# I'd rather he had...



## yarka

Hello,

If I want to talk about some preferences in the past, for instance, could I say the following sentence?

"*I'd rather he had gone by air.*"

Is it correct?

Thanks!!


----------



## Magnalp

Yes, why would it not be correct?

"_I'd rather he had gone by air._" (= he did not go by air, but I would have preferred that he had done so).


----------



## andyj1019

The sentence is correct but "by air" sounds funny to me--perhaps "by airplane" (or whatever means of transportation you're referring to) would be better?


----------



## Wandering JJ

The sentence is correct. 'I'd rather he had flown' sounds more natural in BrE.


----------



## gringuitoloco

It is correct.
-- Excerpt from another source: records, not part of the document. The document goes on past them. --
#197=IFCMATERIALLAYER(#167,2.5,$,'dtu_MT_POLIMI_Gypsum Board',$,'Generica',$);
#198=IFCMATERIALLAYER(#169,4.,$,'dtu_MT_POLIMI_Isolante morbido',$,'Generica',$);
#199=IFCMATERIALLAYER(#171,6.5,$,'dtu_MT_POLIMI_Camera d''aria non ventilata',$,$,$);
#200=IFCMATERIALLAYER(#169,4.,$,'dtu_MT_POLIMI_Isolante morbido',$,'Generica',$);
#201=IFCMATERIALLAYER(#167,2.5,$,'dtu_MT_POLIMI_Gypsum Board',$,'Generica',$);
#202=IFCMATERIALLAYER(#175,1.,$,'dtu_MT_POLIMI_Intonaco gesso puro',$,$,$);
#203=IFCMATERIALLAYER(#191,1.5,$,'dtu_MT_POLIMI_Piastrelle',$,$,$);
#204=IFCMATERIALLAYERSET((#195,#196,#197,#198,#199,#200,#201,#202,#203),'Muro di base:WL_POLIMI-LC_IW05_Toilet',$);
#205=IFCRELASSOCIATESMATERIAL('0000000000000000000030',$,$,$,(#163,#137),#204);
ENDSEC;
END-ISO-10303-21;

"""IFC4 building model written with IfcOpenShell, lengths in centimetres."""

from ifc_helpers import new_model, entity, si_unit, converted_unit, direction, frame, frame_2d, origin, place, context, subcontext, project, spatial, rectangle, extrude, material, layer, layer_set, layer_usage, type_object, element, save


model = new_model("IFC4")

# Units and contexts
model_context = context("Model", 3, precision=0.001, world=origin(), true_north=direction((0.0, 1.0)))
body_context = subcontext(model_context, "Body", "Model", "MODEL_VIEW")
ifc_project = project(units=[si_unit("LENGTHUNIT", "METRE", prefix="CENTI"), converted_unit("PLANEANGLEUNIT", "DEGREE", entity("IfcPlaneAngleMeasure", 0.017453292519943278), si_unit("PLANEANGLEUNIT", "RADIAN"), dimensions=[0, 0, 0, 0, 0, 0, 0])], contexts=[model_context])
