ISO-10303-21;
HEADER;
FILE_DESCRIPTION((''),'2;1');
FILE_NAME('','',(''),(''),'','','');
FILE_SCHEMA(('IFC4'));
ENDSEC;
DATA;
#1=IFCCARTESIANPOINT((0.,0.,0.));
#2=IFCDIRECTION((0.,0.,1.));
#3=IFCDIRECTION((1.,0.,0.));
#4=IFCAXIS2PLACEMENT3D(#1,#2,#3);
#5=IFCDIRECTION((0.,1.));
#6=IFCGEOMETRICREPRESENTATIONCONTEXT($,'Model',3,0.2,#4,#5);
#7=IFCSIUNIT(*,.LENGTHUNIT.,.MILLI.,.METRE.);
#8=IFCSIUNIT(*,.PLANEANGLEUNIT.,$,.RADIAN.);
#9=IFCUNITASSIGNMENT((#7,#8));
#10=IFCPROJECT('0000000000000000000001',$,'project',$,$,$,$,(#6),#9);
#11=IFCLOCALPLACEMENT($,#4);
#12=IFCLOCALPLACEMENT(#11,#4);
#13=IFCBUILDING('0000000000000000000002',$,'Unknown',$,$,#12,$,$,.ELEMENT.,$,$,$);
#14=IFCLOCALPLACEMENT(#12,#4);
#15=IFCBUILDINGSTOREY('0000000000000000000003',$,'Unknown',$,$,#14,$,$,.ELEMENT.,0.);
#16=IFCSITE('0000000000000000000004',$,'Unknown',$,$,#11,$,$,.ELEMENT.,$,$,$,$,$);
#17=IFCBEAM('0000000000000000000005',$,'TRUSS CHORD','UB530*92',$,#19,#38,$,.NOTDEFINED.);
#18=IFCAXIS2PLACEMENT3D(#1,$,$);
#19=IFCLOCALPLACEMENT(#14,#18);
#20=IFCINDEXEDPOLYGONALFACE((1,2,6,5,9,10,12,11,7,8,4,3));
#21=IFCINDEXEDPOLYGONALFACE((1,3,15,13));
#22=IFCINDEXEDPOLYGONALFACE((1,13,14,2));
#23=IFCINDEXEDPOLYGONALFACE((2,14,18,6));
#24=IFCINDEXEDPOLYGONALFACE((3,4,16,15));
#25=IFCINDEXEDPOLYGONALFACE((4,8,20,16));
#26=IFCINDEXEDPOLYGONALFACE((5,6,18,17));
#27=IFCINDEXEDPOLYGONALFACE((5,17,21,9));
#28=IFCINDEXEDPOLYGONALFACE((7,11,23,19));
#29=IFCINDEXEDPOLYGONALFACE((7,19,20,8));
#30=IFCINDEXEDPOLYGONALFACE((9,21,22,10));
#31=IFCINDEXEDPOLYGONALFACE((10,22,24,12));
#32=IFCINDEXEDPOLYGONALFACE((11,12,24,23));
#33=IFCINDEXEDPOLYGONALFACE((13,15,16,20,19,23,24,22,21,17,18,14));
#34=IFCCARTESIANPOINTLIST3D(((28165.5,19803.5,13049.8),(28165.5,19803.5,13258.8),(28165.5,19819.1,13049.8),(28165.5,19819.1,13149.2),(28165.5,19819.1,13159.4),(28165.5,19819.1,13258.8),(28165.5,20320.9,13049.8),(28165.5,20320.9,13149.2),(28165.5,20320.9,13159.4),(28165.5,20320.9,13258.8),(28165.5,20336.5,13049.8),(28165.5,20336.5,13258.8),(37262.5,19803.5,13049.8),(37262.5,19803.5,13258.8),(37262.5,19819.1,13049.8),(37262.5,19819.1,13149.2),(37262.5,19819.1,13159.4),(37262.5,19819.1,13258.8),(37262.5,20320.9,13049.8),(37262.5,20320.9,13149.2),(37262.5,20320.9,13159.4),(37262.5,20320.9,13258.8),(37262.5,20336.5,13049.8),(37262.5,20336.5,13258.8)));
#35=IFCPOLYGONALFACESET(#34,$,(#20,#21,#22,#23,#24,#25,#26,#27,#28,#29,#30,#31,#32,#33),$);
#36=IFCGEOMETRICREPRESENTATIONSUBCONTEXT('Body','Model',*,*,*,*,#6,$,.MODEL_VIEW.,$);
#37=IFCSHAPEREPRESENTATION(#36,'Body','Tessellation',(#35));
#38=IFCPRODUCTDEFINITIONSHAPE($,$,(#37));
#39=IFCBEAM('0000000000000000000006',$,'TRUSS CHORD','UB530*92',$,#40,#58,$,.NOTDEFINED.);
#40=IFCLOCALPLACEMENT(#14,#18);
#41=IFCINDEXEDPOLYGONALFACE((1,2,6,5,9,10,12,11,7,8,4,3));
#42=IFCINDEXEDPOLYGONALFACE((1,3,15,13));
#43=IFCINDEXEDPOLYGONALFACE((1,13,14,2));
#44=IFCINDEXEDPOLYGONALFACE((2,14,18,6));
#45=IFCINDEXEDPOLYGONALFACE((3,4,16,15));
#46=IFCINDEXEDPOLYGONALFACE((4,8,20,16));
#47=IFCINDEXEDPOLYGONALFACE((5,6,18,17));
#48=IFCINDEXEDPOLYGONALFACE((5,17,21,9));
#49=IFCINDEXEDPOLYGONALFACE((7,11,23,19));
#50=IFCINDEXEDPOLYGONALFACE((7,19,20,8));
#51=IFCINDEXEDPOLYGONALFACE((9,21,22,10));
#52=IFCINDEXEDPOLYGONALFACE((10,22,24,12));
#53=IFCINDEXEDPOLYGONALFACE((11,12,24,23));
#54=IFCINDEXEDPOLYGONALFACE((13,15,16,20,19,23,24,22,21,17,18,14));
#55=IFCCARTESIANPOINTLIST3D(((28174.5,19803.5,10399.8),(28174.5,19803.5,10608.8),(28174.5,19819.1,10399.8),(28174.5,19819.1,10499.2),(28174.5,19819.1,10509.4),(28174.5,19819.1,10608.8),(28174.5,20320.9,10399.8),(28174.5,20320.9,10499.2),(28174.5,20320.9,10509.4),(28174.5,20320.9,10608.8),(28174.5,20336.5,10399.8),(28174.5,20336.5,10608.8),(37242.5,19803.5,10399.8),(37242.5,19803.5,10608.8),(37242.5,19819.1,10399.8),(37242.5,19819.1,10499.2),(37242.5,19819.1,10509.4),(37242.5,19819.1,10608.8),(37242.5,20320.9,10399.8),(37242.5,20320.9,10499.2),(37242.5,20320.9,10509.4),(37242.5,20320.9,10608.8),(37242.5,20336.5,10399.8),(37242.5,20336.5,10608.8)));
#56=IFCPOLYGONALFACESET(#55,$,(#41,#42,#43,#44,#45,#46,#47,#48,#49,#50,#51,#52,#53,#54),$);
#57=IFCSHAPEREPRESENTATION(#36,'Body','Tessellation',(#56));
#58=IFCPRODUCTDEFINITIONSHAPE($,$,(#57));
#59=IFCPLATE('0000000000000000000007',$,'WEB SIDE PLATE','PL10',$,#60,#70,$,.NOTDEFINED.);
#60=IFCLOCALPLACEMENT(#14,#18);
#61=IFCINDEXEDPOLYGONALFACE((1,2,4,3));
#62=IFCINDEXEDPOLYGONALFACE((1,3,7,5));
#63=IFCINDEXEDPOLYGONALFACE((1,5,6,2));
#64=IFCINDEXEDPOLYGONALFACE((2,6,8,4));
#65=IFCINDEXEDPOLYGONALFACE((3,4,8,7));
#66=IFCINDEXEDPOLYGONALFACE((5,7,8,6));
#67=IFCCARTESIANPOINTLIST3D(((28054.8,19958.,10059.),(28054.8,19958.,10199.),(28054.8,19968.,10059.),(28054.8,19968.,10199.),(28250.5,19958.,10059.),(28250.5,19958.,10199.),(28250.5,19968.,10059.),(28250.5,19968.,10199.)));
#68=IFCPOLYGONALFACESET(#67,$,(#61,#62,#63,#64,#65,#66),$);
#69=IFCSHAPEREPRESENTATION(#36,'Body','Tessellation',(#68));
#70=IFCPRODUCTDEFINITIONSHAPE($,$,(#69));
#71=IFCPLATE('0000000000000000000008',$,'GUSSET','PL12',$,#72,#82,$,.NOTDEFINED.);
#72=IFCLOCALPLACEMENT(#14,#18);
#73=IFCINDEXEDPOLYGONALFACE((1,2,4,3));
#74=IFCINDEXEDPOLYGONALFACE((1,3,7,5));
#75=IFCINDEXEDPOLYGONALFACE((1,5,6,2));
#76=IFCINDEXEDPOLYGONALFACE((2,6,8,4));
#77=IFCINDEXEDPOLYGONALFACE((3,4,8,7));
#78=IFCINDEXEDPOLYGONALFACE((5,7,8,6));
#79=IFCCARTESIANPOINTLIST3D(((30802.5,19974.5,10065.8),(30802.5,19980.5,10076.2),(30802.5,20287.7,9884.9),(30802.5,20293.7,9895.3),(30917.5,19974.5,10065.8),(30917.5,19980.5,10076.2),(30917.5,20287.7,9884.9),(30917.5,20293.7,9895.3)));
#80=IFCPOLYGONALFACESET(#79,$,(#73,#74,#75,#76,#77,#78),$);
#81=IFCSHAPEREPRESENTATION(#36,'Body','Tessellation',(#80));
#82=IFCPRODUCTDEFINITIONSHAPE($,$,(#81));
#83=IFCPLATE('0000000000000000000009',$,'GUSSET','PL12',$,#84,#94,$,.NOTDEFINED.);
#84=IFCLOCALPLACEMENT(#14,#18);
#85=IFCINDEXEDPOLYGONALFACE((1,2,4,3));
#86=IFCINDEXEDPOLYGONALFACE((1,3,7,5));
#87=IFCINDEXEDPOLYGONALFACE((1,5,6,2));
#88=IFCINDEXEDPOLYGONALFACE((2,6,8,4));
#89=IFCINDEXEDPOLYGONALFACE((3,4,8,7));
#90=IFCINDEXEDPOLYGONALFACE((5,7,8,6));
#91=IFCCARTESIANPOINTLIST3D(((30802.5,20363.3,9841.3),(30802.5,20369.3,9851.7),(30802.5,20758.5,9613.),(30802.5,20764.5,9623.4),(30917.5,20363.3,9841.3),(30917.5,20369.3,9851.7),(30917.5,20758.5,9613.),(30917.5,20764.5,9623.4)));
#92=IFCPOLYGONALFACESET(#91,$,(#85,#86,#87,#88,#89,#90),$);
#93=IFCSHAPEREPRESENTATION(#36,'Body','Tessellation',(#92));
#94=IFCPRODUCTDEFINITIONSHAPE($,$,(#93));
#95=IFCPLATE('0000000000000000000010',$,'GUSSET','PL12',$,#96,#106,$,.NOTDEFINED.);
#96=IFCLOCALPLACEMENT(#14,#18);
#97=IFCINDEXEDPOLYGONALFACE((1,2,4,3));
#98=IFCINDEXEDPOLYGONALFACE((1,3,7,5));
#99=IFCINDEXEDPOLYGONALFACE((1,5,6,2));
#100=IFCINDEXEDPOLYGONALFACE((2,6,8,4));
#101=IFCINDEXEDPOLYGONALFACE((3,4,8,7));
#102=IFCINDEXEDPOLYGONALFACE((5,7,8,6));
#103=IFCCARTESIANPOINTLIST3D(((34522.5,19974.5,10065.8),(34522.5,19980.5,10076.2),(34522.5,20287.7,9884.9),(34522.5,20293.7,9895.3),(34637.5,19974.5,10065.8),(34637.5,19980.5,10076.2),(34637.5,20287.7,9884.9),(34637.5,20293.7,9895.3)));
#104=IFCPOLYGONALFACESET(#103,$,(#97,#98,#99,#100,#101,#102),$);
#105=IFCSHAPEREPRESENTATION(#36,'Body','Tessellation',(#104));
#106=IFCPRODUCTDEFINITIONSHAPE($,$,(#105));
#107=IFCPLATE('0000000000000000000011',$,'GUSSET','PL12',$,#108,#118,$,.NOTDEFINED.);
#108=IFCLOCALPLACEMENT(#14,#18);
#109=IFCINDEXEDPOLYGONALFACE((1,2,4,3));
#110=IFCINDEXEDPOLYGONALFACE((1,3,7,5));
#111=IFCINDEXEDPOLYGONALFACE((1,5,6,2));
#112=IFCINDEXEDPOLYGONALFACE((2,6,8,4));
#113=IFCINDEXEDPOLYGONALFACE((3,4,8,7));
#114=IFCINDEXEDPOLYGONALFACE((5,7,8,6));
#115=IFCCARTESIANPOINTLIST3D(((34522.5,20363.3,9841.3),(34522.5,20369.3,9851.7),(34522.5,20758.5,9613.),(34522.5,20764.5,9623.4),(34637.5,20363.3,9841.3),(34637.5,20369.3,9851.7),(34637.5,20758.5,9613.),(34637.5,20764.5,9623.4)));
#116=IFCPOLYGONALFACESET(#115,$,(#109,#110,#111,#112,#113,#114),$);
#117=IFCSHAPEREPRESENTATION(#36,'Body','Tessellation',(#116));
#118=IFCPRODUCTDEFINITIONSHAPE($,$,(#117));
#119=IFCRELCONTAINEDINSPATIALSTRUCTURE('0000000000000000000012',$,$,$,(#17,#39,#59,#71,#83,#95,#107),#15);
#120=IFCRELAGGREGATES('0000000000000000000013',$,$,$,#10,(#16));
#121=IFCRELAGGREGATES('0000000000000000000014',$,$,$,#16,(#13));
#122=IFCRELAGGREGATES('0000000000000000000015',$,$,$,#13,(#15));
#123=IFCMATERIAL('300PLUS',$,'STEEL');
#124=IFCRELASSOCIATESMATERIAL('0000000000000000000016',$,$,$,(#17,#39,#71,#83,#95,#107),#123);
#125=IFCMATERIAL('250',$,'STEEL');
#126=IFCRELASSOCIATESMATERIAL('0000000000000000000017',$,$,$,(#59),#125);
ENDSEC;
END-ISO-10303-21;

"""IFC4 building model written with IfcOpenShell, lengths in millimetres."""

from ifc_helpers import new_model, si_unit, direction, frame, origin_with_axes, place, context, subcontext, project, spatial, line, indexed_curve, outline, extrude, material, element, save


model = new_model("IFC4")

# Units and contexts
model_context = context("Model", 3, precision=0.2, world=origin_with_axes(), true_north=direction((0.0, 1.0)))
body_context = subcontext(model_context, "Body", "Model", "MODEL_VIEW")
ifc_project = project(units=[si_unit("LENGTHUNIT", "METRE", prefix="MILLI"), si_unit("PLANEANGLEUNIT", "RADIAN")], contexts=[model_context])

# Site, building, storey
site_placement = place(None, origin_with_axes())
site = spatial("IfcSite", under=ifc_project, at=site_placement, Name="Unknown", CompositionType="ELEMENT")
building_placement = place(site_placement, origin_with_axes())
building = spatial("IfcBuilding", under=site, at=building_placement, Name="Unknown", CompositionType="ELEMENT")
storey_placement = place(building_placement, origin_with_axes())
storey = spatial("IfcBuildingStorey", under=building, at=storey_placement, Name="Unknown", CompositionType="ELEMENT", Elevation=0.0)

# Shared definitions
ifc_material_1 = material(Name="300PLUS", Category="STEEL")

# Beams
beam_1_placement = place(storey_placement, frame((28165.5, 20070.0, 13154.3), z_axis=(0.0, 0.0, 1.0), x_axis=(1.0, 0.0, 0.0)))
element("IfcBeam", 1, at=beam_1_placement, inside=storey, material=ifc_material_1, Name="TRUSS CHORD", Description="UB530*92", PredefinedType="NOTDEFINED", context=body_context, shape_type="SolidModel", body=[
    extrude(outline(indexed_curve([(-104.5, -266.5), (104.5, -266.5), (104.5, -250.9), (5.1, -250.9), (5.1, 250.9), (104.5, 250.9), (104.5, 266.5), (-104.5, 266.5), (-104.5, 250.9), (-5.1, 250.9), (-5.1, -250.9), (-104.5, -250.9)], segments=[line(1, 2, 3, 4, 5, 6, 7, 8, 9, 10, 11, 12, 1)])), frame((0.0, 0.0, 0.0), z_axis=(-1.0, 0.0, 0.0), x_axis=(0.0, 0.0, 1.0)), (0.0, 0.0, -1.0), 9097.0),
])
beam_2_placement = place(storey_placement, frame((28174.5, 20070.0, 10504.3), z_axis=(0.0, 0.0, 1.0), x_axis=(1.0, 0.0, 0.0)))
element("IfcBeam", 2, at=beam_2_placement, inside=storey, material=ifc_material_1, Name="TRUSS CHORD", Description="UB530*92", PredefinedType="NOTDEFINED", context=body_context, shape_type="SolidModel", body=[
    extrude(outline(indexed_curve([(-104.5, -266.5), (104.5, -266.5), (104.5, -250.9), (5.1, -250.9), (5.1, 250.9), (104.5, 250.9), (104.5, 266.5), (-104.5, 266.5), (-104.5, 250.9), (-5.1, 250.9), (-5.1, -250.9), (-104.5, -250.9)], segments=[line(1, 2, 3, 4, 5, 6, 7, 8, 9, 10, 11, 12, 1)])), frame((0.0, 0.0, 0.0), z_axis=(-1.0, 0.0, 0.0), x_axis=(0.0, 0.0, 1.0)), (0.0, 0.0, -1.0), 9068.0),
])

# Plates
ifc_material_2 = material(Name="250", Category="STEEL")
plate_1_placement = place(storey_placement, frame((28250.5, 19963.0, 10059.0), z_axis=(0.0, -1.0, 0.0), x_axis=(0.0, 0.0, 1.0)))
element("IfcPlate", 3, at=plate_1_placement, inside=storey, material=ifc_material_2, Name="WEB SIDE PLATE", Description="PL10", PredefinedType="NOTDEFINED", context=body_context, shape_type="SolidModel", body=[
    extrude(outline(indexed_curve([(0.0, 0.0), (140.0, 0.0), (140.0, 195.7), (0.0, 195.7)], segments=[line(1, 2, 3, 4, 1)])), frame((0.0, 0.0, 5.0), z_axis=(0.0, 0.0, 1.0), x_axis=(1.0, 0.0, 0.0)), (0.0, 0.0, -1.0), 10.0),
])
plate_2_placement = place(storey_placement, frame((30917.5, 19977.5, 10071.0), z_axis=(0.0, 0.500153, 0.865937), x_axis=(0.0, 0.865937, -0.500153)))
It just means "by aerial means, such as plane, jet, helicopter, or what-have-you, as opposed to ground, sea, or space transportation."


----------



## Yluvatar

Hello,

What about these two sentences?
_I would rather he had gone by plane.
__I had rather he had gone by plane.
I would have rahter he had gone by plane.


_Are they correct? What would be the difference?

Thanks for helping.


----------



## Chris K

Yluvatar said:


> Hello,
> 
> What about these two sentences?
> _I'd rather he had gone by air.
> __I'd have rather he had gone by air.
> 
> 
> _What would be the difference?
> 
> Thanks for helping.



I don't think I've ever heard "I'd have rather he had gone by air" and it doesn't strike me as correct.


----------



## Archilochus

Chris K said:


> I don't think I've ever heard "I'd have rather he had gone by air" and it doesn't strike me as correct.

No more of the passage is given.